There were other problems as well. Another thing about the scrambled channels was that the more movement that there was on the screen, the more the channel would flicker out. Since sex involves a lot of — you know — MOVING AROUND, this meant that at the exact second that the really sexy parts happened, the picture would disappear in a massive fade of fuzzy static.

The final thing about scrambled TV channels is that they would randomly change stations. One day, Playboy TV would be number 103 on the television. The next day, it would be number 4. There was no way of knowing; you had to hunt around for the right thing. And since the channels would change numbers, and since you could barely see anything… sometimes you would end up masturbating to the wrong… thing.

These days, with the advent of internet porn, DVDs, pay-per-view, and all the rest, life is different. So today’s teenagers will never know the true, the soul-searing horror of thinking that you were jerking off to Playboy, and suddenly having the screen come into full focus, and realizing that you weren’t watching the right channel. Instead of watching some soft-core porn star, you were watching something else. And as the screen came into focus, you would realize that it was, say, a repeat of “The Golden Girls,” and you had been jerking off to the massive face of… Bea Arthur.

Eventually, I did grow up (sort of), and moved out of my parents’ house.
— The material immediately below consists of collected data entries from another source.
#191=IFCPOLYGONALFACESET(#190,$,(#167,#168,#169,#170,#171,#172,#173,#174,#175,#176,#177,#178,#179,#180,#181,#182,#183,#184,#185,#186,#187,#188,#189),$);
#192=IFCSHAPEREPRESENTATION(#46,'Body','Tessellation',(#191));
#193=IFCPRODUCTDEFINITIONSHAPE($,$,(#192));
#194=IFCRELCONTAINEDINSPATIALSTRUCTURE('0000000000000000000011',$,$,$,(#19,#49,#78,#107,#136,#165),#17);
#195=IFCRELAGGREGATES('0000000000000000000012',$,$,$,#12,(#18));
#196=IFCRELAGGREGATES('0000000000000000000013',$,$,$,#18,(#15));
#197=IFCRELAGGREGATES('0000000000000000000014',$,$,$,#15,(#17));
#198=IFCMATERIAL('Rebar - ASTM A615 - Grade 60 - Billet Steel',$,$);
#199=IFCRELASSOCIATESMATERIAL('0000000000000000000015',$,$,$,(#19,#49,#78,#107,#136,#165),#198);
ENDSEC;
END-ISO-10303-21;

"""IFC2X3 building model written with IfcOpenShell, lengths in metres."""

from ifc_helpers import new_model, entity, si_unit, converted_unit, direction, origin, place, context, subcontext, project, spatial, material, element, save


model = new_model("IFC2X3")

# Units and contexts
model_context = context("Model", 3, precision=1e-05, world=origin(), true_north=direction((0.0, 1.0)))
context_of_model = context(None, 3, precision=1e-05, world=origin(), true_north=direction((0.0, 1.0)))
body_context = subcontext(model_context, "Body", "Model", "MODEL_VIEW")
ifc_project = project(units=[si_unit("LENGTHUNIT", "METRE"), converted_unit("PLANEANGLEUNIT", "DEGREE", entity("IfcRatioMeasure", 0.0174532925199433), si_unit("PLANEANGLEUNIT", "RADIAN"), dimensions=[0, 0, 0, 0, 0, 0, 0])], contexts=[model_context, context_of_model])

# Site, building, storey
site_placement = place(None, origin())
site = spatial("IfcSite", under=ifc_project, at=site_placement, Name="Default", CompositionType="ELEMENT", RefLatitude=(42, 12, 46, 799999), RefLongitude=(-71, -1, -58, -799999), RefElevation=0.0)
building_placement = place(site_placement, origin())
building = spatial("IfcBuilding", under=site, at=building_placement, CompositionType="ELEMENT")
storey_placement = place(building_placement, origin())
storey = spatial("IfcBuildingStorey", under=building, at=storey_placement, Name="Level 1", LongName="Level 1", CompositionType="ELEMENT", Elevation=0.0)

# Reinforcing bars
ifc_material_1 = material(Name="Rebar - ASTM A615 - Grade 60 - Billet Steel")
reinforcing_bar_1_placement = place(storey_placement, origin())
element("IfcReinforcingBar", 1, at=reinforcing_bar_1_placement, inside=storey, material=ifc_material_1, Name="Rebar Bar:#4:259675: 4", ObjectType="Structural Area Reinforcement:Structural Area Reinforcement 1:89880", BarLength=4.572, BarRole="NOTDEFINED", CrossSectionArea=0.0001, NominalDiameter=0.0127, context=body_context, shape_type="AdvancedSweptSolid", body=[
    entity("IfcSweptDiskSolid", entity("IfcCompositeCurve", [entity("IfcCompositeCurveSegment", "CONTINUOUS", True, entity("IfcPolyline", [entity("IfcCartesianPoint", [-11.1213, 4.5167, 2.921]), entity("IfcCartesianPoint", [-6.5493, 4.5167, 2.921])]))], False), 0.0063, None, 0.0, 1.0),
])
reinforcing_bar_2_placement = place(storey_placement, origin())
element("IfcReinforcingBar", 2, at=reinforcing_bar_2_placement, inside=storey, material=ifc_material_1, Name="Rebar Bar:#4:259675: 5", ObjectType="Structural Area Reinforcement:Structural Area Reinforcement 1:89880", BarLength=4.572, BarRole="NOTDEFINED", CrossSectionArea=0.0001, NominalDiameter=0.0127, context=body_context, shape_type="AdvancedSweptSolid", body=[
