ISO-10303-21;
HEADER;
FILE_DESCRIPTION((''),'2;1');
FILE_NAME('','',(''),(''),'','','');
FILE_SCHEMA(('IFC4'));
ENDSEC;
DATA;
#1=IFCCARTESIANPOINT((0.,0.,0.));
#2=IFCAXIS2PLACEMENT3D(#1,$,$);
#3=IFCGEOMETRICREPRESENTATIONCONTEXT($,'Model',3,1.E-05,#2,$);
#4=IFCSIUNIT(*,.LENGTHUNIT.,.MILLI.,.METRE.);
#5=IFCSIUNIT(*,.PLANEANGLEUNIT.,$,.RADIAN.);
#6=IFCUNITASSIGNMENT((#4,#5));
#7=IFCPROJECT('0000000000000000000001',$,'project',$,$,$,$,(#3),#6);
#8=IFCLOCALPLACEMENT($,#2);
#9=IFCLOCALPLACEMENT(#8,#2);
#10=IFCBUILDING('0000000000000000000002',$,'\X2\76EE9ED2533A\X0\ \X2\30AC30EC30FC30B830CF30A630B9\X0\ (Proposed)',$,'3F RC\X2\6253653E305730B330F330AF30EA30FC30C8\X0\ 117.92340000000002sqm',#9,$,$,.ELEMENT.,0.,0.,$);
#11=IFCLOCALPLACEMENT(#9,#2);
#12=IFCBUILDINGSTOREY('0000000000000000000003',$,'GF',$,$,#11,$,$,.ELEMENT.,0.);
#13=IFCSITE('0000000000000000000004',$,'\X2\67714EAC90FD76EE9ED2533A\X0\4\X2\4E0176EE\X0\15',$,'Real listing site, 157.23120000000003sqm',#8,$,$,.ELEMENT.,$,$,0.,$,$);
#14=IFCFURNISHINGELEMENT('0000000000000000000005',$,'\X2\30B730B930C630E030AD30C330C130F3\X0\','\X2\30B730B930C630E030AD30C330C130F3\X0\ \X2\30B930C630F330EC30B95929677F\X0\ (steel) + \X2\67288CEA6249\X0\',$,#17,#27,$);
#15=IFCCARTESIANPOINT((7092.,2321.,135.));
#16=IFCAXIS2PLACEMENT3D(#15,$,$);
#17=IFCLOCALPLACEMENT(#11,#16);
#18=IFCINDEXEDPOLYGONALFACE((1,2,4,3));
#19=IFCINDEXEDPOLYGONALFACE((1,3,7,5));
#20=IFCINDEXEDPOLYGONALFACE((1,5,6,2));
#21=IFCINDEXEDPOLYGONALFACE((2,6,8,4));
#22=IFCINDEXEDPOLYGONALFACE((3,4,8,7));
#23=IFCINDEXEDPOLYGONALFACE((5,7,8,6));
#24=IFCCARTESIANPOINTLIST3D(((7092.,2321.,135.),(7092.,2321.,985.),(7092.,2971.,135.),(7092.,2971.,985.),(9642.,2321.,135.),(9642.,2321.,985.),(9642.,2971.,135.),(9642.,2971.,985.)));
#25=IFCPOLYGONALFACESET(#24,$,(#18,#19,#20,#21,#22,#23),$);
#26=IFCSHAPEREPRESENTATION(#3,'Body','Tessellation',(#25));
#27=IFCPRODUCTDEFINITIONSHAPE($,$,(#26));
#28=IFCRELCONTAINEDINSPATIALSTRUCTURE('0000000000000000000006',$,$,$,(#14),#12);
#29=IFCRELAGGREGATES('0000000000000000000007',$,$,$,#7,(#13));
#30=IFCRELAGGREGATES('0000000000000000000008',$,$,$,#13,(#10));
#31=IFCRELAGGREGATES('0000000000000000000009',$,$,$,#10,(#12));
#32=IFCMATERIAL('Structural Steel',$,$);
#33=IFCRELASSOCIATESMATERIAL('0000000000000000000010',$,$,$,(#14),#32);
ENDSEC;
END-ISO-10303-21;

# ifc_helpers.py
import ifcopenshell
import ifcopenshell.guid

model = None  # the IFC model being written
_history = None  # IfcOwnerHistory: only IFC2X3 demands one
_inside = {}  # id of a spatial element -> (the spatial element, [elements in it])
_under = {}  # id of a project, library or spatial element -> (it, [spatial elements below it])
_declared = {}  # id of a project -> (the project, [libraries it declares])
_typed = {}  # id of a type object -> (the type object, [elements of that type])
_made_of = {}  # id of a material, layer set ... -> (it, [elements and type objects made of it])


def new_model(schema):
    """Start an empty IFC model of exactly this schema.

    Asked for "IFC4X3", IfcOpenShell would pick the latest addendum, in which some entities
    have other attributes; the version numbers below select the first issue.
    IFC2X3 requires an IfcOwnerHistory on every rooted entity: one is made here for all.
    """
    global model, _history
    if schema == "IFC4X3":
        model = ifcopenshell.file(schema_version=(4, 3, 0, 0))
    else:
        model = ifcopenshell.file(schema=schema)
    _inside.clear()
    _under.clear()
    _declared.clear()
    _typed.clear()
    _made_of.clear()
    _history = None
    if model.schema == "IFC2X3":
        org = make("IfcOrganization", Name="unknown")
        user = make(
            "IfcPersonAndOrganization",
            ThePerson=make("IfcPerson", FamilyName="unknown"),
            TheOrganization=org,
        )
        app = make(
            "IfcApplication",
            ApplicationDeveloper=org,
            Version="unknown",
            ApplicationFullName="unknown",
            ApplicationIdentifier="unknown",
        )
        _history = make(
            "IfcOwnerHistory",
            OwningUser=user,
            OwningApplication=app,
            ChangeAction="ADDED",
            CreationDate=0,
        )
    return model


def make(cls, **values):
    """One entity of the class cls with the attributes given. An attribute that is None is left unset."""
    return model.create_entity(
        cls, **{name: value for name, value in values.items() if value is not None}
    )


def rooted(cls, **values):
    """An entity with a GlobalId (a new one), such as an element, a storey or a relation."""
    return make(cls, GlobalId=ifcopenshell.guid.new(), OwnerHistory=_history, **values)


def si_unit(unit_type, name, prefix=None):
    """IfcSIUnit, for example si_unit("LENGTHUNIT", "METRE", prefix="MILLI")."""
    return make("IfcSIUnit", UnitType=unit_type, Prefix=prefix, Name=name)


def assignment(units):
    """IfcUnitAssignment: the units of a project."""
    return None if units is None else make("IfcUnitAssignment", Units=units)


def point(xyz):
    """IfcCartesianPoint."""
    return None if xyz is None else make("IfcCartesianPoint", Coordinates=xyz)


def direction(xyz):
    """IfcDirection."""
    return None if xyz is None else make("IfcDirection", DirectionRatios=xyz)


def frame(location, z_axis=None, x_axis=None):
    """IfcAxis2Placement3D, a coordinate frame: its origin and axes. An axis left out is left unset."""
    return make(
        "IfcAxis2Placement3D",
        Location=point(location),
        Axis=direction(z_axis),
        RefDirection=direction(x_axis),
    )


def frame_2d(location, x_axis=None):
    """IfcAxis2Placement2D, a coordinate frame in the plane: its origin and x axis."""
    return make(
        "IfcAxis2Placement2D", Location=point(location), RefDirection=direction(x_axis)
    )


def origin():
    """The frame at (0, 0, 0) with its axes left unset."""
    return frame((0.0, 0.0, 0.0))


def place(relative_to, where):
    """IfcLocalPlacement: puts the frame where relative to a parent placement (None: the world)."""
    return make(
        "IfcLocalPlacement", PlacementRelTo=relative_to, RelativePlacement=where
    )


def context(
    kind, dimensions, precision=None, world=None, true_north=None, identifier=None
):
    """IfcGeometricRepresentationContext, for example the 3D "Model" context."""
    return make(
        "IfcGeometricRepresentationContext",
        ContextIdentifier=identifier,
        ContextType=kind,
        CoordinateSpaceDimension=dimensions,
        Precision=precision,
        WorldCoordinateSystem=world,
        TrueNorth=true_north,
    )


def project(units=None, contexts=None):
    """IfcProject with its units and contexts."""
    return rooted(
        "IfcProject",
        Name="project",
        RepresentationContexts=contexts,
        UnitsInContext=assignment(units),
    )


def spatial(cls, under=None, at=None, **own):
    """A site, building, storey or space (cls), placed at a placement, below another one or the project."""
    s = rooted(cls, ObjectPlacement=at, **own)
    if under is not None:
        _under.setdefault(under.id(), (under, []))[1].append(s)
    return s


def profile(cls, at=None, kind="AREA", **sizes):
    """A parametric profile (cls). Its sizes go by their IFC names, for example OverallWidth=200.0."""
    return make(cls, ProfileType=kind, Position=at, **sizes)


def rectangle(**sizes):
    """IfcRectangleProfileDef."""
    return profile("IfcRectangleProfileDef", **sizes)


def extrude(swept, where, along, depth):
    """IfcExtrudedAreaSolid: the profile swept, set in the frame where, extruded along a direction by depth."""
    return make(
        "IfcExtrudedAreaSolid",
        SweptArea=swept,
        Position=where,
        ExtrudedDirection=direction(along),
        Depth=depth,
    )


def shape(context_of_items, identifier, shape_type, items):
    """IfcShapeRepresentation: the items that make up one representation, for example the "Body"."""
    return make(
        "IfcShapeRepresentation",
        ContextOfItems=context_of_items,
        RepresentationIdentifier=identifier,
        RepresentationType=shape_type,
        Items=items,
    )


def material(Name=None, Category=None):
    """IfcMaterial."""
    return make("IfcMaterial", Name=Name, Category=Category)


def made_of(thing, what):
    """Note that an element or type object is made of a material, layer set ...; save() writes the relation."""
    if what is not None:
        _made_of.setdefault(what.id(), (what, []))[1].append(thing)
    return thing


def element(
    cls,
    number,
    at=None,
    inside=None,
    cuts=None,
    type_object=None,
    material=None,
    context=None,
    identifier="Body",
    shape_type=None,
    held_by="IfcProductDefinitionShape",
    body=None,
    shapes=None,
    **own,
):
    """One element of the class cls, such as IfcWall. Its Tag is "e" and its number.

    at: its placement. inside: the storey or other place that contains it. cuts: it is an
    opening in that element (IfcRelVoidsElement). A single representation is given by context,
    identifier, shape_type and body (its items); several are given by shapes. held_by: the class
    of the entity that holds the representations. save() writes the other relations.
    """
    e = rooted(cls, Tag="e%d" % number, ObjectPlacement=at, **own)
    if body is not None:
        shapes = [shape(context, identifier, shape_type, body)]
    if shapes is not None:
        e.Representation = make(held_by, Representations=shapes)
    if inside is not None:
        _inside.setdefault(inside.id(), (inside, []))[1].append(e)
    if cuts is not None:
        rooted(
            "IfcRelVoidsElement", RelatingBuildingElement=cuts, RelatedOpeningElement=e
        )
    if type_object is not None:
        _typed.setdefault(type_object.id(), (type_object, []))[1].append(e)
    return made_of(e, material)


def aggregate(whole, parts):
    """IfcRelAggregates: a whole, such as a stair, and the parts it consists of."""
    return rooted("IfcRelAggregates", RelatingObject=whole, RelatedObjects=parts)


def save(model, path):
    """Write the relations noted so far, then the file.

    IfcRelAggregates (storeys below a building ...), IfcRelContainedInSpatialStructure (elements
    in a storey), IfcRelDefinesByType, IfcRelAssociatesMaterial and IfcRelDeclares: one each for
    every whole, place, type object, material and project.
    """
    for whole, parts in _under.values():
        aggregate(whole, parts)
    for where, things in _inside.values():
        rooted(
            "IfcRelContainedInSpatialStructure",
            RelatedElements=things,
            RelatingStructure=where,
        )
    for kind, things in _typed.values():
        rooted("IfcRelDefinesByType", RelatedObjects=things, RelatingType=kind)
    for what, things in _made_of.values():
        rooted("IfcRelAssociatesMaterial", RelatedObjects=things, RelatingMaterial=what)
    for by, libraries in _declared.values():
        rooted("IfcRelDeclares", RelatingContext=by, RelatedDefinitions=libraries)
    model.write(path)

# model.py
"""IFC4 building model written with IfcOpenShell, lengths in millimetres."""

from ifc_helpers import new_model, si_unit, frame, frame_2d, origin, place, context, project, spatial, rectangle, extrude, material, element, save


model = new_model("IFC4")

# Units and contexts
model_context = context("Model", 3, precision=1e-05, world=origin())
ifc_project = project(units=[si_unit("LENGTHUNIT", "METRE", prefix="MILLI"), si_unit("PLANEANGLEUNIT", "RADIAN")], contexts=[model_context])

# Site, building, storey
site_placement = place(None, origin())
site = spatial("IfcSite", under=ifc_project, at=site_placement, Name="東京都目黒区4丁目15", ObjectType="Real listing site, 157.23120000000003sqm", CompositionType="ELEMENT", RefElevation=0.0)
building_placement = place(site_placement, origin())
building = spatial("IfcBuilding", under=site, at=building_placement, Name="目黒区 ガレージハウス (Proposed)", ObjectType="3F RC打放しコンクリート 117.92340000000002sqm", CompositionType="ELEMENT", ElevationOfRefHeight=0.0, ElevationOfTerrain=0.0)
storey_placement = place(building_placement, origin())
storey = spatial("IfcBuildingStorey", under=building, at=storey_placement, Name="GF", CompositionType="ELEMENT", Elevation=0.0)

# Furnishing element
ifc_material_1 = material(Name="Structural Steel")
furnishing_1_placement = place(storey_placement, frame((7092.0, 2321.0, 135.0)))
element("IfcFurnishingElement", 1, at=furnishing_1_placement, inside=storey, material=ifc_material_1, Name="システムキッチン", Description="システムキッチン ステンレス天板 (steel) + 木質扉", context=model_context, shape_type="SweptSolid", body=[
    extrude(rectangle(XDim=2550.0, YDim=650.0, at=frame_2d((1275.0, 325.0))), frame((7092.0, 2321.0, 135.0)), (0.0, 0.0, 1.0), 850.0),
])

save(model, "model.ifc")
And as discussed in a previous column, I started dating a bisexual stripper. She liked watching porn, so that was the first time that I got to rent pornography from a video store. I could never have done it on my own; too embarrassing. But I went into the back room with her — the back room where the porn was kept — and I felt a massive, fleeting sense of superiority. Everyone else in the back room was a single, lonely guy — and there I was with a cute girl. “Ha ha,” I thought to myself. “Look at these losers. Iget to watch porn tonight, and have sex with a real actual girl.” It was an asshole-ish thing to think, but I thought it anyway.

But as always, there was a… problem. The problem in this case was that I liked porn too much. The stripper girl would go to work at her strip club, and in the meantime, I would watch a ton of porn and masturbate. And then, when she came back from work, I would be spent, and wouldn’t feel like having sex.

So she started hiding the porn from me, in increasingly creative places. But our apartment was small, so I could eventually find it, no matter where it was hidden.

It was like a cold war of porn — escalation, détente, mutually assured destruction. Her hiding places got better and better, which meant I was devoting more and more time to The Search for Pornography. One day, it took me three hours to locate the videotape; it was exhausting. I finally found it in a hat box, hidden on the top shelf of our closet. Man, I was excited.

But then, something occurred to me. And so, I sat down on the floor of the closet, after locating the videotape. And I experienced a moment of what the Eastern mystics call satori — total realization; revelation, whatever you want to call it.

“You idiot,” I said to myself. “You just spent three hours searching for porn — three hours that you should have spent doing practical things — like writing and applying to grad schools. And tonight, after you’ve jerked off, the stripper girl, — the girl with D-size breasts, who dances naked in a strip club to Portishead songs — will come home, and you won’t want to have sex with her. And then she’ll get mad at you.”

“You waste all this time searching for porn,” I said to myself, “when your life is essentially PORN ALREADY. You idiot.”

And after having this revelation, I stood up from the floor, and put the porn back in the hat box, back on the top shelf of the closet.

…Or no. I’m just kidding. I watched the porn anyway. But still, it was an interesting relevation.